What printer can I use to print on fabric?

Again, I would suggest a printer that is loaded upright in the back. There’s so many ways to do this but Karen from the Graphics Fairy has an excellent tutorial!

Even with my screen calibrated my prints come out different, how can I fix this?

If you calibrated and set up the color profiles and still no luck–test print, test print, test print (in smaller versions of your original)! Michelle had addressed this briefly here. When I was trying to match colors for my stationery company I would print various boxes of the color in different tones to see how my printer would print and choose the one closest to my vision (which may have looked completely different on screen). Yes, printing at home has it’s pros (control) but some of the cons can make you pull your hair out (no control).

I want to print on shipping tags or other things that aren’t a standard paper size, how can I do that?

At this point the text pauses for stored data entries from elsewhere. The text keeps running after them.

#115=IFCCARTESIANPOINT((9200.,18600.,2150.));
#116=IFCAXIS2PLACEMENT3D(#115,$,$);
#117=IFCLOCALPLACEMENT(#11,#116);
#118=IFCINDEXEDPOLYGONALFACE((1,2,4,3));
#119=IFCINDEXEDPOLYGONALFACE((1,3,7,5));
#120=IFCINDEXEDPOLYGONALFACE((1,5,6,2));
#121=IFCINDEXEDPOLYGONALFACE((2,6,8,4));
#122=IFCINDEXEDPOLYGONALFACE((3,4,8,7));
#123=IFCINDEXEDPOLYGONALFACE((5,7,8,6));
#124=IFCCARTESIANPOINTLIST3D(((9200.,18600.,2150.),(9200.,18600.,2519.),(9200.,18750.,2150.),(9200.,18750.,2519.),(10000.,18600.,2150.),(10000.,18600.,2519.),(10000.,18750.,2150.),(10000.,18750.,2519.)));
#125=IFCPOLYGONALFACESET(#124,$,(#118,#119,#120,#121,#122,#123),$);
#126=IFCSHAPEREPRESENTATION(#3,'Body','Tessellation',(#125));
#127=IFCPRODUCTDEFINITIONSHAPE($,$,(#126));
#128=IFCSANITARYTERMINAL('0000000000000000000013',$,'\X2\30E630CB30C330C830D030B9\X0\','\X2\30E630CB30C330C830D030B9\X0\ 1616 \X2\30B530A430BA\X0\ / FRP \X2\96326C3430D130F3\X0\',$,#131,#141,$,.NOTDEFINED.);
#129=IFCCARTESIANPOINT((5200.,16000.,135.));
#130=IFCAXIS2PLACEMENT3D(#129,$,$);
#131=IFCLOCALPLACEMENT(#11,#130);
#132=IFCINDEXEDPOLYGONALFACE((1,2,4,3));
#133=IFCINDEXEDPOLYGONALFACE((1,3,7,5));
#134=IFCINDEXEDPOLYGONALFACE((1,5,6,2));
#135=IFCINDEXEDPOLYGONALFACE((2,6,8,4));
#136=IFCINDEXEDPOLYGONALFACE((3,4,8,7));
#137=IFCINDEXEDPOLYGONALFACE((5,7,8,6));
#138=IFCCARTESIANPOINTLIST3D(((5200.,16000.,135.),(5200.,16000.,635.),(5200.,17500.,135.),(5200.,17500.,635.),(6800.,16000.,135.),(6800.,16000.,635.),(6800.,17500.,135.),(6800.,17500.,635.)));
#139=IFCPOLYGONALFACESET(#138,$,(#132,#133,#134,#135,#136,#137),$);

When I want to print on something that is not a typical size I will use artist tape (it doesn’t rip your paper when you remove it) to tape down my item that I intend to print onto a standard letter size paper and then run it through. The BEST tutorial on this is by Catherine of Design Editor and you can find it here, it’s a printing game changer!

Want to print on more atypical items? Here’s a small list:

Print on paper napkins

Print on ribbon

//RESOURCES//

Back loading printers-inexpensive, moderate, expensive (pro)

Xerox Phaser solid ink printer

Artist tape

 

HOME PRINTERS | OUR FAVES

home printer favorites via besotted blog

Printing at home or in your studio has one clear advantage over using a service: control. If you are unhappy with a print, you can make adjustments and reprint it on the spot. Familiarity with your equipment is helpful too. For instance, I know these Epsons print a bit darker than my monitor so I prepare for it in Photoshop by creating a duplicate layer & screening it at 25% opacity. This makes the image too light on screen, but it prints perfectly.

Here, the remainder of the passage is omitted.